Здесь я могу опираться на собственный опыт, который я преимущественно получил в университетах Соединенных Штатов и Великобритании. В обеих странах за последние тридцать лет произошел взрывной рост количества рабочих часов, затрачиваемых на административную бумажную работу, в ущерб практически всему остальному. В моем университете, к примеру, административных сотрудников больше, чем преподавателей, но и преподаватели также должны посвящать административным обязанностям по меньшей мере столько же времени, сколько преподаванию и исследованиям вместе взятым. Теперь это в порядке вещей в университетах по всему миру. В свою очередь, быстрый рост бумажной волокиты является прямым результатом применения приемов корпоративного управления, которые всегда оправдывают как способы повышения эффективности через внедрение конкуренции на всех уровнях. На практике эти приемы управления неизменно приводят к тому, что в итоге все тратят большую часть своего времени на то, чтобы продать другим разные вещи: заявки на грант; планы-проспекты книг; оценки работы наших студентов и заявлений на участие в грантах; оценки наших коллег; каталоги новых междисциплинарных специальностей, институтов, конференций, семинаров и самих университетов, превратившихся ныне в бренды, которые нужно продавать будущим студентам или спонсорам.

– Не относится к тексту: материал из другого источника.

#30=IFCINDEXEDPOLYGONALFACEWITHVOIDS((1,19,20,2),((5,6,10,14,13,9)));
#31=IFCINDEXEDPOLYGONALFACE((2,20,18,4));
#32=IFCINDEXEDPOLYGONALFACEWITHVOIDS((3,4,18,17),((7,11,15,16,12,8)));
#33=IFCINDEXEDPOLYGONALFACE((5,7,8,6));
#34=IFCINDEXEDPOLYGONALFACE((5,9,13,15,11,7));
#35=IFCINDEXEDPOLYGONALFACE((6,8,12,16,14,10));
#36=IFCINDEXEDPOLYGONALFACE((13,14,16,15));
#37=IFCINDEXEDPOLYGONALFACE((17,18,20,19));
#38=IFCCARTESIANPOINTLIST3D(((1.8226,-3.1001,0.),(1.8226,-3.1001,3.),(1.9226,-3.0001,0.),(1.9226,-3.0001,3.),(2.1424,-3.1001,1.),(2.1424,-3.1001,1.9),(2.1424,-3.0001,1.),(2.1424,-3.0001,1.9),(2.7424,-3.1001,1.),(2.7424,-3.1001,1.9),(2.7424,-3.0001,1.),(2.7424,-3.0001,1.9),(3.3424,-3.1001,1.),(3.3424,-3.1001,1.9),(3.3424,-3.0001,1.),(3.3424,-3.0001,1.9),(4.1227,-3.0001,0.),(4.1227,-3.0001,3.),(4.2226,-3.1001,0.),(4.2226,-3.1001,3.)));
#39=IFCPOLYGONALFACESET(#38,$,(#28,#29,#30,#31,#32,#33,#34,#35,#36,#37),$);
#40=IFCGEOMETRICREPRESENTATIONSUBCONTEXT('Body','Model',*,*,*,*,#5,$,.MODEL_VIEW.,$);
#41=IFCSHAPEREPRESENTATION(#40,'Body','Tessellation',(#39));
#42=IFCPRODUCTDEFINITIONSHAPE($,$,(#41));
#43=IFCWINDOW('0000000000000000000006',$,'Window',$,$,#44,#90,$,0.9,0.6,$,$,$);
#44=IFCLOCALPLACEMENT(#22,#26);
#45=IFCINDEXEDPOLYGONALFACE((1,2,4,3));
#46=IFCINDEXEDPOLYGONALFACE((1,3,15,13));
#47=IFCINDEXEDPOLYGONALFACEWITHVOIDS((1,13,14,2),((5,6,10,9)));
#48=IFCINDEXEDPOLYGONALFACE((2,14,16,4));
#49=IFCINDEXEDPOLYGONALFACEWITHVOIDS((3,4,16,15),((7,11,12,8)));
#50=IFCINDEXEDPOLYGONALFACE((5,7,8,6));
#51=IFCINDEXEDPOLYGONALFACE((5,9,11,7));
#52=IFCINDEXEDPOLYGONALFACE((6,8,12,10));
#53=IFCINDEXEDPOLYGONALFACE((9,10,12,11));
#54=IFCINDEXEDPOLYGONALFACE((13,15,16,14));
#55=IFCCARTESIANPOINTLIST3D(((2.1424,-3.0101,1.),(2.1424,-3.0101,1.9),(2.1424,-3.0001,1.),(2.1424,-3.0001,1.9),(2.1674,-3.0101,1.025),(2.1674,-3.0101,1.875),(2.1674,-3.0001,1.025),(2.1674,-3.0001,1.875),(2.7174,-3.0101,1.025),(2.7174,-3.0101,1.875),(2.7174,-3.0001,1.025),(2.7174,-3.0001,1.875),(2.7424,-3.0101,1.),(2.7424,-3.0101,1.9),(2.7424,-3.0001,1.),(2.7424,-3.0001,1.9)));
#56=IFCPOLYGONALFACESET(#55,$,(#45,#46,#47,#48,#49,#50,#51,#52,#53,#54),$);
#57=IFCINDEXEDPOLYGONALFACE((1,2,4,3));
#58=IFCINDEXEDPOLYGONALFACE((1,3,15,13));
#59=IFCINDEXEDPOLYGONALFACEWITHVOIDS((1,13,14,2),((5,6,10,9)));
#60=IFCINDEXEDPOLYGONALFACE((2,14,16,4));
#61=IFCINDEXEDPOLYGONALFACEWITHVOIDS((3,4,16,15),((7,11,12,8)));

Маркетинг и пиар наводнили все стороны университетской жизни.
В результате появилось море документов о стимулировании «воображения» и «творчества» в условиях, словно специально созданных для того, чтобы задушить на корню любые проявления воображения и творчества. Я не ученый. Я работаю в сфере социальной теории. Но результаты этого в области моих исследований я вижу. В последние тридцать лет в Соединенных Штатах не появилось ни одной новой крупной работы по социальной теории. Вместо этого нас довели до состояния средневековых схоластов, которые пишут бесчисленные аннотации к французским теоретическим работам 1970-х годов с виноватым осознанием того, что, если бы в американской академической среде появились современные аналоги Жиля Делёза, Мишеля Фуко или даже Пьера Бурдье, они вряд ли бы сумели окончить аспирантуру—даже если бы им это удалось, их, скорее всего, отказались бы зачислить в штат*.
* Дон Брэбен, физик из Университетского колледжа Лондона, произвел сенсацию в Великобритании, заметив, что Альберт Эйнштейн никогда не смог бы получить финансирование, если бы жил в наши дни. Другие предположили, что большая часть его трудов не прошла бы рецензирования.
...Американцы не любят считать себя нацией бюрократов — совсем наоборот, — но, как только мы перестаем рассматривать бюрократию как феномен, ограниченный лишь правительственными учреждениями, становится очевидно, что именно такой нацией мы и стали. Окончательная победа над Советским Союзом на самом деле не привела к господству «рынка». Скорее она лишь закрепила верховенство консервативных по сути своей управленческих элит— корпоративных бюрократов, которые используют краткосрочное мышление, зацикленное на прагматизме и конкуренции, для того чтобы уничтожать все, что может иметь революционные последствия любого рода.